In a recent New York Times article we learned a little more about how our growing gap between the rich and the rest of us is affecting our way of life. The story told of the children being dropped of at the prestigious 92nd St. Y Nursery school. It’s the same school we heard of a few years ago where “in 2002, a government investigation found that Jack B. Grubman, then an analyst with Citigroup, had bragged in an e-mail message that his boss, Sanford I. Weill, had helped get his twins into the Y’s nursery school after Mr. Grubman upgraded his rating on a stock as a favor to Mr. Weill. Meanwhile, Mr. Weill arranged for Citigroup to donate $1 million to the 92nd Street Y.”
In the current story, kids are dropped off at the school by “hired drivers” (otherwise known as chauffeurs). Apparently this “driver” experience has become a real game about who is more important and who has more money.

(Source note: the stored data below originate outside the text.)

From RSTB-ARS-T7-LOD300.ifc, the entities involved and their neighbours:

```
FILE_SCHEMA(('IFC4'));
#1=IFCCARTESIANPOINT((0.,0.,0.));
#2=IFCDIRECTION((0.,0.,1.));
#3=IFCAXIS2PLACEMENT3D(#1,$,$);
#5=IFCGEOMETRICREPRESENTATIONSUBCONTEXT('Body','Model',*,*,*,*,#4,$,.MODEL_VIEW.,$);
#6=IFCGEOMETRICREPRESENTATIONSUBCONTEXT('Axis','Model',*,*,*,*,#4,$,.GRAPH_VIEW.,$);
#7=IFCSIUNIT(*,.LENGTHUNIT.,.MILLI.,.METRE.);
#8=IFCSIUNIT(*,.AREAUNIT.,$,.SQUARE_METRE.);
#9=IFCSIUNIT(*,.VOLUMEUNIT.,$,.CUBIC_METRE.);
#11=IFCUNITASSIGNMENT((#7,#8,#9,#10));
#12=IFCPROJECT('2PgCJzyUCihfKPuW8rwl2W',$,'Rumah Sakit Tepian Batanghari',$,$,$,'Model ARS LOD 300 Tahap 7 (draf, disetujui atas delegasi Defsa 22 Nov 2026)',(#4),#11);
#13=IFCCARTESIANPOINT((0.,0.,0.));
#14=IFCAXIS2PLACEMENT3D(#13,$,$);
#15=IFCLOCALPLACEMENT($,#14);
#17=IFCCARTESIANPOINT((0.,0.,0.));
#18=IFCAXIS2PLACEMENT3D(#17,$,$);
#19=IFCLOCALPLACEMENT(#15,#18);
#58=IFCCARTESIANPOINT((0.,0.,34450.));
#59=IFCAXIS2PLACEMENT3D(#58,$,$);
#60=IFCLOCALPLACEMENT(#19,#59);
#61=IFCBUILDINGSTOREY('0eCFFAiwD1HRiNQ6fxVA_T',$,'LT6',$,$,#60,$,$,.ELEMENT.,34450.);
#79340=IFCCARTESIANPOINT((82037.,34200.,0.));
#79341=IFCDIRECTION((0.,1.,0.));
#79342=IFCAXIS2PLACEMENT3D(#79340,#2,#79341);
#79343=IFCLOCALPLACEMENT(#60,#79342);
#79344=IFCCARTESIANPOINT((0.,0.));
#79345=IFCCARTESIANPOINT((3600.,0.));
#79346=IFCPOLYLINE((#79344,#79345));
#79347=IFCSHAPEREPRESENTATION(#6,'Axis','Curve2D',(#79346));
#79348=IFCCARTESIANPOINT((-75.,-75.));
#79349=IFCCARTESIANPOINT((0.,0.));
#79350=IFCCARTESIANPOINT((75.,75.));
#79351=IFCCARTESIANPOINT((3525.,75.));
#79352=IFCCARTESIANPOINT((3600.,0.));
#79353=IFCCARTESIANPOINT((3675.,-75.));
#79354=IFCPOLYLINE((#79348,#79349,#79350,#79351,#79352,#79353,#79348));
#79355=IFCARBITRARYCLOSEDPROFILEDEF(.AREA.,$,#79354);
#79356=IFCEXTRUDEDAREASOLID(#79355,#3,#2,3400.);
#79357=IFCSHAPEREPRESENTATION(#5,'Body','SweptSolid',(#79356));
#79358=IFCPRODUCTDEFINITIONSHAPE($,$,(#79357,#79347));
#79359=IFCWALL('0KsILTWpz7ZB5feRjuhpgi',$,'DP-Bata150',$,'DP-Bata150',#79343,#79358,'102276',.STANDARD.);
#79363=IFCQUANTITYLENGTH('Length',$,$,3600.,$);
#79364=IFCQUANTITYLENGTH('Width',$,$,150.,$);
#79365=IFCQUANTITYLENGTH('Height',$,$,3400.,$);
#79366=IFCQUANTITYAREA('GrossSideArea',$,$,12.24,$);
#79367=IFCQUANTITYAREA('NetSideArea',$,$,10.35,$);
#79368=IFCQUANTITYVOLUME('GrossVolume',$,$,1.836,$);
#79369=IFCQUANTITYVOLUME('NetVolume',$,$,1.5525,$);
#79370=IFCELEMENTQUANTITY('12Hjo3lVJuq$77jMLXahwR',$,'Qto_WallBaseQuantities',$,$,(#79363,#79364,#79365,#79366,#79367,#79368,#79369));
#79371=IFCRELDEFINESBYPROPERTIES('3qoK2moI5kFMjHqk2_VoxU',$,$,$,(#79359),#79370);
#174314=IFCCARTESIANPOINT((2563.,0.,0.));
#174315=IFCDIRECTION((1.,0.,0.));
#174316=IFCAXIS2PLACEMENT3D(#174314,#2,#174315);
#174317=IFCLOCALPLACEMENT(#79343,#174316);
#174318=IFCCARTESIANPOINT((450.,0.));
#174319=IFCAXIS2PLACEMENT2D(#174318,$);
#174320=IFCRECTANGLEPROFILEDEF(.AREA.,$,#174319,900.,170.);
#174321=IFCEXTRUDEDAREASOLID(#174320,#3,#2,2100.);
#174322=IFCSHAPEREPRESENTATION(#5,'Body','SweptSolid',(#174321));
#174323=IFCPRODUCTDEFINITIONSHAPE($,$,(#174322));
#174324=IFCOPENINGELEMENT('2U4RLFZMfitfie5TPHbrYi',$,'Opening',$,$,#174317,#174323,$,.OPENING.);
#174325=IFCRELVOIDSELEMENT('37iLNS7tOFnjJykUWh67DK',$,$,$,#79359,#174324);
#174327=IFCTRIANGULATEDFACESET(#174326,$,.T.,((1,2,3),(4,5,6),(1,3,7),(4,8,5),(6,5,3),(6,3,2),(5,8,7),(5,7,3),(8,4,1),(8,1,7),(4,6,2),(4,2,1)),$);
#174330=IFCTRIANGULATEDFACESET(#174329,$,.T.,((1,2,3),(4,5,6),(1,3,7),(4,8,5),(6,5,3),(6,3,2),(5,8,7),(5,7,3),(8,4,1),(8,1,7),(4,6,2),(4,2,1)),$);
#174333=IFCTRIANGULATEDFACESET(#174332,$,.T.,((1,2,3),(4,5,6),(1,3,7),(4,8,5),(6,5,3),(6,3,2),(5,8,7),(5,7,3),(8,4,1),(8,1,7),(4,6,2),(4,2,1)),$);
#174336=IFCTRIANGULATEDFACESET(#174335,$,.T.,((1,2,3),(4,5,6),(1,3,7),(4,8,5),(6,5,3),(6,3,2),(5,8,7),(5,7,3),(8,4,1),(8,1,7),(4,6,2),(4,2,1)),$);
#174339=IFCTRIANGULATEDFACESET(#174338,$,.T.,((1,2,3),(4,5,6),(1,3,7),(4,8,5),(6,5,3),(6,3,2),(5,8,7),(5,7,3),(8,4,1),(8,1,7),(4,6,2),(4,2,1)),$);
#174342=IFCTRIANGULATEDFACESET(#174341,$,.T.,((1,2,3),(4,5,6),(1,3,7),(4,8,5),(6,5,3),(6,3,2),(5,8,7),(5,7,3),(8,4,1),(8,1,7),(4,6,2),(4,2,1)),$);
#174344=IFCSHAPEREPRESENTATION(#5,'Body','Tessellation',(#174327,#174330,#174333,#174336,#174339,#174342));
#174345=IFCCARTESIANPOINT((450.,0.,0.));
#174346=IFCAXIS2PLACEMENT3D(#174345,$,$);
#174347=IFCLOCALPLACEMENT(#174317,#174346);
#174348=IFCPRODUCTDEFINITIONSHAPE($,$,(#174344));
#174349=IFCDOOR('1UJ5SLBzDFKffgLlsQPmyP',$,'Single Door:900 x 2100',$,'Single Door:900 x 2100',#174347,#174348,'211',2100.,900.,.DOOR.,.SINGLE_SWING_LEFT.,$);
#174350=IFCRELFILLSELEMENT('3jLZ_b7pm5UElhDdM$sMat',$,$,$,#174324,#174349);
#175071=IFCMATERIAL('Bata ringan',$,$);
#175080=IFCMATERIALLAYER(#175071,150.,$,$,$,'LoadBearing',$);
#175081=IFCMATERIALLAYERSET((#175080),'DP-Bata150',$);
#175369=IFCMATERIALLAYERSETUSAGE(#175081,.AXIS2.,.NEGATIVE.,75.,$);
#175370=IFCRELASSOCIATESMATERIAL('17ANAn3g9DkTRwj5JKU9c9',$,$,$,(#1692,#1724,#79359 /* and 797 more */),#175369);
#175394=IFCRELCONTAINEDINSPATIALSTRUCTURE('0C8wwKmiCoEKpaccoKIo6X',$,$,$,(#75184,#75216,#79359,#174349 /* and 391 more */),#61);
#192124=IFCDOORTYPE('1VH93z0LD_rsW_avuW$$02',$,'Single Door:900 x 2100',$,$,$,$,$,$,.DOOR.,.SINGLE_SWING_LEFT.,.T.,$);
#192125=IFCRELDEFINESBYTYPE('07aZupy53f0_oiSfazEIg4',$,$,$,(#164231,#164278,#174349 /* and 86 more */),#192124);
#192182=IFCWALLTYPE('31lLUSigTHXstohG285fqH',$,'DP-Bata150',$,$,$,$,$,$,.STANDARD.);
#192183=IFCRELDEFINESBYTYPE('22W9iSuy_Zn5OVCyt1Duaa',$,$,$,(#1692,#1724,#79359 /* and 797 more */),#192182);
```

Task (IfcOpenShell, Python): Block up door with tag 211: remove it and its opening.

```python
import ifcopenshell
import ifcopenshell.api.feature
import ifcopenshell.api.pset
import ifcopenshell.api.root
import ifcopenshell.geom
import ifcopenshell.util.element
import ifcopenshell.util.shape
import ifcopenshell.util.unit

model = ifcopenshell.open("RSTB-ARS-T7-LOD300.ifc")
area_scale = ifcopenshell.util.unit.calculate_unit_scale(model, "AREAUNIT")
volume_scale = ifcopenshell.util.unit.calculate_unit_scale(model, "VOLUMEUNIT")
settings = ifcopenshell.geom.settings()


def volume(element):
    """Net volume in cubic metres, openings subtracted."""
    shape = ifcopenshell.geom.create_shape(settings, element)
    return ifcopenshell.util.shape.get_volume(shape.geometry)


door = model.by_guid("1UJ5SLBzDFKffgLlsQPmyP")
opening = door.FillsVoids[0].RelatingOpeningElement
wall = opening.VoidsElements[0].RelatingBuildingElement
before = volume(wall)

ifcopenshell.api.root.remove_product(model, product=door)
ifcopenshell.api.feature.remove_feature(model, feature=opening)

after = volume(wall)
thickness = 0.15  # wall thickness in metres

# Update the wall's stored quantities.
qto = model.by_id(ifcopenshell.util.element.get_pset(wall, "Qto_WallBaseQuantities", should_inherit=False)["id"])
ifcopenshell.api.pset.edit_qto(model, qto=qto, properties={
    "NetSideArea": after / thickness / area_scale,
    "NetVolume": after / volume_scale,
})

print(f"wall volume {before:.3f} -> {after:.3f} m3")

model.write("RSTB-ARS-T7-LOD300_rev.ifc")
```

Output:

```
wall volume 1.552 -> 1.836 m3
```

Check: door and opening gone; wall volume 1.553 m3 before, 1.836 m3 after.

The letters to the editor the next few days, had some astute comments. As one said: “These parents scramble to give their kids the best opportunities and the most protected environment, yet with one-upmanship, they teach their children the value of image, class consciousness and materialism. These are not the traits necessary to get us through the challenges of the 21st century. What about compassion, honesty, humility, selflessness and curiosity about th world around them?”
It’s interesting to realize again that children learn from their parents. When they see their parents so concerned about success and status, they learn that these are the things to pursue. Happiness research shows that when people pursue status, they become more narcississtic which, in turn, undermines their social abilities. And it is social abilitities, the talent for making friends and connecting with others that brings people the most well being in life.